Segment Start: STUDY MATERIAL

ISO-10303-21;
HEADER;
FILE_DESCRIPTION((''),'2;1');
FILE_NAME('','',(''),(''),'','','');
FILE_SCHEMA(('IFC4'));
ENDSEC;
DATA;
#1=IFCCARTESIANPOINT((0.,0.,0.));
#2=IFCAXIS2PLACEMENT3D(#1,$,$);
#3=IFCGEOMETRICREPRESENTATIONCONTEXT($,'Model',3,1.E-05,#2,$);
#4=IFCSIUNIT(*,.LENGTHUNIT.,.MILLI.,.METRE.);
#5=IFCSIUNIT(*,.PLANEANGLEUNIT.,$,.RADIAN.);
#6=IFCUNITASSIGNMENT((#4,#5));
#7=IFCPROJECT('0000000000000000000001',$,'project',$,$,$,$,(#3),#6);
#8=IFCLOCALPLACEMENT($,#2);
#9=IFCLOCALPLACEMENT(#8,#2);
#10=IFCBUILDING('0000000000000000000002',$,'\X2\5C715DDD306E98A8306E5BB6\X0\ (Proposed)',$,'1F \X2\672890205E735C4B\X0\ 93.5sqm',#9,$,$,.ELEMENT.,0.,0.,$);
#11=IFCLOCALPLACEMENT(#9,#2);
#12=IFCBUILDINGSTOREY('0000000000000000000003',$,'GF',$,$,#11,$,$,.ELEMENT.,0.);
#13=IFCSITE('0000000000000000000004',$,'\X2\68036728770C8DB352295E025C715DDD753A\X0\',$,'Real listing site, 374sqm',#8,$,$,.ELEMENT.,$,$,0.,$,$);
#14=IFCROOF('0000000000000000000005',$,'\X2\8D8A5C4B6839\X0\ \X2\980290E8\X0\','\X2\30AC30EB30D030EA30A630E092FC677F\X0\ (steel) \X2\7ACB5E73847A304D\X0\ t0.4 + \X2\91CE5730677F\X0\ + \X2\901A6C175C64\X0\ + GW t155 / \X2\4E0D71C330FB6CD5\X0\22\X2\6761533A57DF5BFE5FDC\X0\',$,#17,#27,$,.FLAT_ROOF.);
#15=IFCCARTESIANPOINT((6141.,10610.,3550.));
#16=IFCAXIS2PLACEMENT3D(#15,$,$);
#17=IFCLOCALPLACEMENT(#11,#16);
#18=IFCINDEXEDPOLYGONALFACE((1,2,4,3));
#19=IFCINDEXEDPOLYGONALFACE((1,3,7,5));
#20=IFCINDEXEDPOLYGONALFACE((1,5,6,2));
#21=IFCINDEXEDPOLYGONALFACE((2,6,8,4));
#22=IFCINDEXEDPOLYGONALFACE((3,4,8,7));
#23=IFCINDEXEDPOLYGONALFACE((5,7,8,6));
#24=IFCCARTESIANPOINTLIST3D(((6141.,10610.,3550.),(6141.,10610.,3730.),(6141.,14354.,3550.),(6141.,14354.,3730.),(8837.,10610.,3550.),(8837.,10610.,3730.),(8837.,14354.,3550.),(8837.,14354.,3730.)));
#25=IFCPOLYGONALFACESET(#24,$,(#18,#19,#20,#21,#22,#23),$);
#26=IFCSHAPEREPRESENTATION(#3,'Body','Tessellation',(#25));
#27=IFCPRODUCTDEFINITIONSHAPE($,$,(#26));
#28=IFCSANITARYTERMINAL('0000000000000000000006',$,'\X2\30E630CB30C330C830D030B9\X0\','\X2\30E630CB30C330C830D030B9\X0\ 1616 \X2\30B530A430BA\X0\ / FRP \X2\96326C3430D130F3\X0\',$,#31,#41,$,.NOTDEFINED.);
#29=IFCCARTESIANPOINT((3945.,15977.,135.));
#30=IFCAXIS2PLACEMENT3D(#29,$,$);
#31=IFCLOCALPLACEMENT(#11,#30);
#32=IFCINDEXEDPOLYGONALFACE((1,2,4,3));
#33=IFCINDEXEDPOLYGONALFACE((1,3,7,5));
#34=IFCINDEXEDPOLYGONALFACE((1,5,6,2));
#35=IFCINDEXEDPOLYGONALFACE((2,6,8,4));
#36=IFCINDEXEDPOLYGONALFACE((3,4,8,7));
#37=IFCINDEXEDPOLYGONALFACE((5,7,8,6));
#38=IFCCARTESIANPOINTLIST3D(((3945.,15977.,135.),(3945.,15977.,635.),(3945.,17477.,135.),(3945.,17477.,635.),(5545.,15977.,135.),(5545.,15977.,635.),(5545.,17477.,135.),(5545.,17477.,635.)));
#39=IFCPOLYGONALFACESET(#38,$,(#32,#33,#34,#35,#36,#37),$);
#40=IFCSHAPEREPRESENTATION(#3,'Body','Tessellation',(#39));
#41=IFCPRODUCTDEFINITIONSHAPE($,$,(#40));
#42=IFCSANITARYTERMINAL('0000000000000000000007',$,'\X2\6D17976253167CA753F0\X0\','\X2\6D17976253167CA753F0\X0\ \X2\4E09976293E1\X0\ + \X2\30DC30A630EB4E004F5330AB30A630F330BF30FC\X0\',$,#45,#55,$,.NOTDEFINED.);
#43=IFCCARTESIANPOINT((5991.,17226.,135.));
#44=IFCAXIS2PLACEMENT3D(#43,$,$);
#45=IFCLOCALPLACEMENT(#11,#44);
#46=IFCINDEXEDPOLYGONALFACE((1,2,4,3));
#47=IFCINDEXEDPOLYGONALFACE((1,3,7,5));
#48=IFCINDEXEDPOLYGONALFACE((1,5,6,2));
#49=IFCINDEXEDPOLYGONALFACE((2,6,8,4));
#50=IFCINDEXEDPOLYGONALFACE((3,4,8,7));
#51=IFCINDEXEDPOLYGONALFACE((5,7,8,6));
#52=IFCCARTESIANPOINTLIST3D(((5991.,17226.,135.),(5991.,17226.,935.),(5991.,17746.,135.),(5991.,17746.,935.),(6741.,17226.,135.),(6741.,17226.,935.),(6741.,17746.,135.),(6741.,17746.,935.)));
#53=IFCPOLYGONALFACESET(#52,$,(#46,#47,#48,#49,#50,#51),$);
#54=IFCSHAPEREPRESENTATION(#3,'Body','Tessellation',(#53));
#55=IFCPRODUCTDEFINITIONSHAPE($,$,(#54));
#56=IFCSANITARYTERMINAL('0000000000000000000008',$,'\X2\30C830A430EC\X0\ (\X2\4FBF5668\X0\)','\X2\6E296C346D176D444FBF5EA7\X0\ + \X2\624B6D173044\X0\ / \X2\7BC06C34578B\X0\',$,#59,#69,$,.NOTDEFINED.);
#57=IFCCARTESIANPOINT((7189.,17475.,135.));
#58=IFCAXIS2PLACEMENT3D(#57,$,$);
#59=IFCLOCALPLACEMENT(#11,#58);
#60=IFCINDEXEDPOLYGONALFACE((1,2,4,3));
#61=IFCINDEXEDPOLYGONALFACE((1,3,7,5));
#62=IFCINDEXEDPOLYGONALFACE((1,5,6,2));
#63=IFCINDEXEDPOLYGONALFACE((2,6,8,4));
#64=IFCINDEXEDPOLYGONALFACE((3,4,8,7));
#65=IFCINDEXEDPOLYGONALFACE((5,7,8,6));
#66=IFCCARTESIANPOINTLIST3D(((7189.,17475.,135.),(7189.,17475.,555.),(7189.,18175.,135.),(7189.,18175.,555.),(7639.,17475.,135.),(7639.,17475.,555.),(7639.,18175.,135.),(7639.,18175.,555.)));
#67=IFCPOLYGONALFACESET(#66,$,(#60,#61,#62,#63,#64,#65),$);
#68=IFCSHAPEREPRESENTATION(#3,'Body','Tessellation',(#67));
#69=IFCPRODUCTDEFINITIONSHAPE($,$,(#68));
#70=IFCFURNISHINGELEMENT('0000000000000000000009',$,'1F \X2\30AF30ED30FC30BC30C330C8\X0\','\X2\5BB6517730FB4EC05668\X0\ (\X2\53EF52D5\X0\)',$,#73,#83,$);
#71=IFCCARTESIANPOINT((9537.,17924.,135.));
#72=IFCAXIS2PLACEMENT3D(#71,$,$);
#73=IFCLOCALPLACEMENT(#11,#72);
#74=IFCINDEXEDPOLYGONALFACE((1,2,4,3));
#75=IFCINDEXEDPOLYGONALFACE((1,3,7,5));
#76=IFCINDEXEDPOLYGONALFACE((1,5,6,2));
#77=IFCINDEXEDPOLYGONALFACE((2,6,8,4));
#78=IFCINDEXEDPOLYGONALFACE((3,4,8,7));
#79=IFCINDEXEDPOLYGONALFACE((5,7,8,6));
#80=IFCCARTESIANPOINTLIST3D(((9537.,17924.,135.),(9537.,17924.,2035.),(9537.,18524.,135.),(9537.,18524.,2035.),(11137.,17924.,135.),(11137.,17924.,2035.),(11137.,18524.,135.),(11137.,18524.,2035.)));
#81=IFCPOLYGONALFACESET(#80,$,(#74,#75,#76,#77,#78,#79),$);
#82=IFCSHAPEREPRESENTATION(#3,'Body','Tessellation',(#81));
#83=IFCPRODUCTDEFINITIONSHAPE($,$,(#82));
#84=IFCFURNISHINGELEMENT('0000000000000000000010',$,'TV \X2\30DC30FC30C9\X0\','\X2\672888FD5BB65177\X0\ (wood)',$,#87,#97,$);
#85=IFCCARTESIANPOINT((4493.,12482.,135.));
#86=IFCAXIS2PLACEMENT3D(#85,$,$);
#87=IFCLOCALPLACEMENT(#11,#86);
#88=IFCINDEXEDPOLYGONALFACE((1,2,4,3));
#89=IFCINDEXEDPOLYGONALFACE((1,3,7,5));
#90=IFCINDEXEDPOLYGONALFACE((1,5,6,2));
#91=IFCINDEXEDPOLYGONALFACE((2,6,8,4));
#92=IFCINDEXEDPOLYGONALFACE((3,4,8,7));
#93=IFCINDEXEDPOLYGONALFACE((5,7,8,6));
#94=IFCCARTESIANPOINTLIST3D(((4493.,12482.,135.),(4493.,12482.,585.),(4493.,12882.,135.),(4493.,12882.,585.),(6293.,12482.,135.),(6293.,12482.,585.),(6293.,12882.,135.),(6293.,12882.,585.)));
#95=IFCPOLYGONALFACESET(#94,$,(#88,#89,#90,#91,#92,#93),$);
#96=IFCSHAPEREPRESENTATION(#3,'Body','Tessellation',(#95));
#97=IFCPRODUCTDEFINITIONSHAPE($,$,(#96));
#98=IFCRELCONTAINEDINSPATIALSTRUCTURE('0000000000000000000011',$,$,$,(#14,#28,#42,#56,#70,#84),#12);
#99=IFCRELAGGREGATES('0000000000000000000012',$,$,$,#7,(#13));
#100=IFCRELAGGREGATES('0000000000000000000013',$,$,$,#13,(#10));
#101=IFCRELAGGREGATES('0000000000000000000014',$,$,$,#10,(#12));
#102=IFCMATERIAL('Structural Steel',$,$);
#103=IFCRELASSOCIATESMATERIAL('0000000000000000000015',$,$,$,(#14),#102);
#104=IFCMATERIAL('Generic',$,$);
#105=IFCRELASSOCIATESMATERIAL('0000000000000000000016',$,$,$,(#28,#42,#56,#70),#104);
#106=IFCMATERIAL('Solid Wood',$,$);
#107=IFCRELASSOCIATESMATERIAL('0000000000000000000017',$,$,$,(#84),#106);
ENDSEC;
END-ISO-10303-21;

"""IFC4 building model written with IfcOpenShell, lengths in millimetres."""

from ifc_helpers import new_model, si_unit, frame, frame_2d, origin, place, context, project, spatial, rectangle, extrude, material, element, save


model = new_model("IFC4")

# Units and contexts
model_context = context("Model", 3, precision=1e-05, world=origin())
ifc_project = project(units=[si_unit("LENGTHUNIT", "METRE", prefix="MILLI"), si_unit("PLANEANGLEUNIT", "RADIAN")], contexts=[model_context])

# Site, building, storey
site_placement = place(None, origin())
site = spatial("IfcSite", under=ifc_project, at=site_placement, Name="栃木県足利市山川町", ObjectType="Real listing site, 374sqm", CompositionType="ELEMENT", RefElevation=0.0)
building_placement = place(site_placement, origin())
building = spatial("IfcBuilding", under=site, at=building_placement, Name="山川の風の家 (Proposed)", ObjectType="1F 木造平屋 93.5sqm", CompositionType="ELEMENT", ElevationOfRefHeight=0.0, ElevationOfTerrain=0.0)
storey_placement = place(building_placement, origin())
storey = spatial("IfcBuildingStorey", under=building, at=storey_placement, Name="GF", CompositionType="ELEMENT", Elevation=0.0)

# Shared definitions
ifc_material_1 = material(Name="Solid Wood")

# Roof
ifc_material_2 = material(Name="Structural Steel")
roof_placement = place(storey_placement, frame((6141.0, 10610.0, 3550.0)))
element("IfcRoof", 1, at=roof_placement, inside=storey, material=ifc_material_2, Name="越屋根 頂部", Description="ガルバリウム鋼板 (steel) 立平葺き t0.4 + 野地板 + 通気層 + GW t155 / 不燃・法22条区域対応", PredefinedType="FLAT_ROOF", context=model_context, shape_type="SweptSolid", body=[
    extrude(rectangle(XDim=2696.0, YDim=3744.0, at=frame_2d((1348.0, 1872.0))), frame((6141.0, 10610.0, 3550.0)), (0.0, 0.0, 1.0), 180.0),
])

# Sanitary terminals
ifc_material_3 = material(Name="Generic")
sanitary_terminal_1_placement = place(storey_placement, frame((3945.0, 15977.0, 135.0)))
element("IfcSanitaryTerminal", 2, at=sanitary_terminal_1_placement, inside=storey, material=ifc_material_3, Name="ユニットバス", Description="ユニットバス 1616 サイズ / FRP 防水パン", PredefinedType="NOTDEFINED", context=model_context, shape_type="SweptSolid", body=[
    extrude(rectangle(XDim=1600.0, YDim=1500.0, at=frame_2d((800.0, 750.0))), frame((3945.0, 15977.0, 135.0)), (0.0, 0.0, 1.0), 500.0),
])
sanitary_terminal_2_placement = place(storey_placement, frame((5991.0, 17226.0, 135.0)))
element("IfcSanitaryTerminal", 3, at=sanitary_terminal_2_placement, inside=storey, material=ifc_material_3, Name="洗面化粧台", Description="洗面化粧台 三面鏡 + ボウル一体カウンター", PredefinedType="NOTDEFINED", context=model_context, shape_type="SweptSolid", body=[
    extrude(rectangle(XDim=750.0, YDim=520.0, at=frame_2d((375.0, 260.0))), frame((5991.0, 17226.0, 135.0)), (0.0, 0.0, 1.0), 800.0),
])
sanitary_terminal_3_placement = place(storey_placement, frame((7189.0, 17475.0, 135.0)))
element("IfcSanitaryTerminal", 4, at=sanitary_terminal_3_placement, inside=storey, material=ifc_material_3, Name="トイレ (便器)", Description="温水洗浄便座 + 手洗い / 節水型", PredefinedType="NOTDEFINED", context=model_context, shape_type="SweptSolid", body=[
    extrude(rectangle(XDim=450.0, YDim=700.0, at=frame_2d((225.0, 350.0))), frame((7189.0, 17475.0, 135.0)), (0.0, 0.0, 1.0), 420.0),
])

# Furnishing elements
furnishing_1_placement = place(storey_placement, frame((9537.0, 17924.0, 135.0)))
element("IfcFurnishingElement", 5, at=furnishing_1_placement, inside=storey, material=ifc_material_3, Name="1F クローゼット", Description="家具・什器 (可動)", context=model_context, shape_type="SweptSolid", body=[
    extrude(rectangle(XDim=1600.0, YDim=600.0, at=frame_2d((800.0, 300.0))), frame((9537.0, 17924.0, 135.0)), (0.0, 0.0, 1.0), 1900.0),
])
furnishing_2_placement = place(storey_placement, frame((4493.0, 12482.0, 135.0)))
element("IfcFurnishingElement", 6, at=furnishing_2_placement, inside=storey, material=ifc_material_1, Name="TV ボード", Description="木製家具 (wood)", context=model_context, shape_type="SweptSolid", body=[
    extrude(rectangle(XDim=1800.0, YDim=400.0, at=frame_2d((900.0, 200.0))), frame((4493.0, 12482.0, 135.0)), (0.0, 0.0, 1.0), 450.0),
])

save(model, "model.ifc")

Segment End: STUDY MATERIAL

§ **YOUR INSTRUCTIONS**
Your answer must be the lines above from the one containing "#33=IFCINDEXEDPOLYGONALFACE((1,3,7,5));" to the one containing "#40=IFCSHAPEREPRESENTATION(#3,'Body','Tessellation',(#39));", both included, restated word for word.

§ **ANSWER BOX**
#33=IFCINDEXEDPOLYGONALFACE((1,3,7,5));
#34=IFCINDEXEDPOLYGONALFACE((1,5,6,2));
#35=IFCINDEXEDPOLYGONALFACE((2,6,8,4));
#36=IFCINDEXEDPOLYGONALFACE((3,4,8,7));
#37=IFCINDEXEDPOLYGONALFACE((5,7,8,6));
#38=IFCCARTESIANPOINTLIST3D(((3945.,15977.,135.),(3945.,15977.,635.),(3945.,17477.,135.),(3945.,17477.,635.),(5545.,15977.,135.),(5545.,15977.,635.),(5545.,17477.,135.),(5545.,17477.,635.)));
#39=IFCPOLYGONALFACESET(#38,$,(#32,#33,#34,#35,#36,#37),$);
#40=IFCSHAPEREPRESENTATION(#3,'Body','Tessellation',(#39));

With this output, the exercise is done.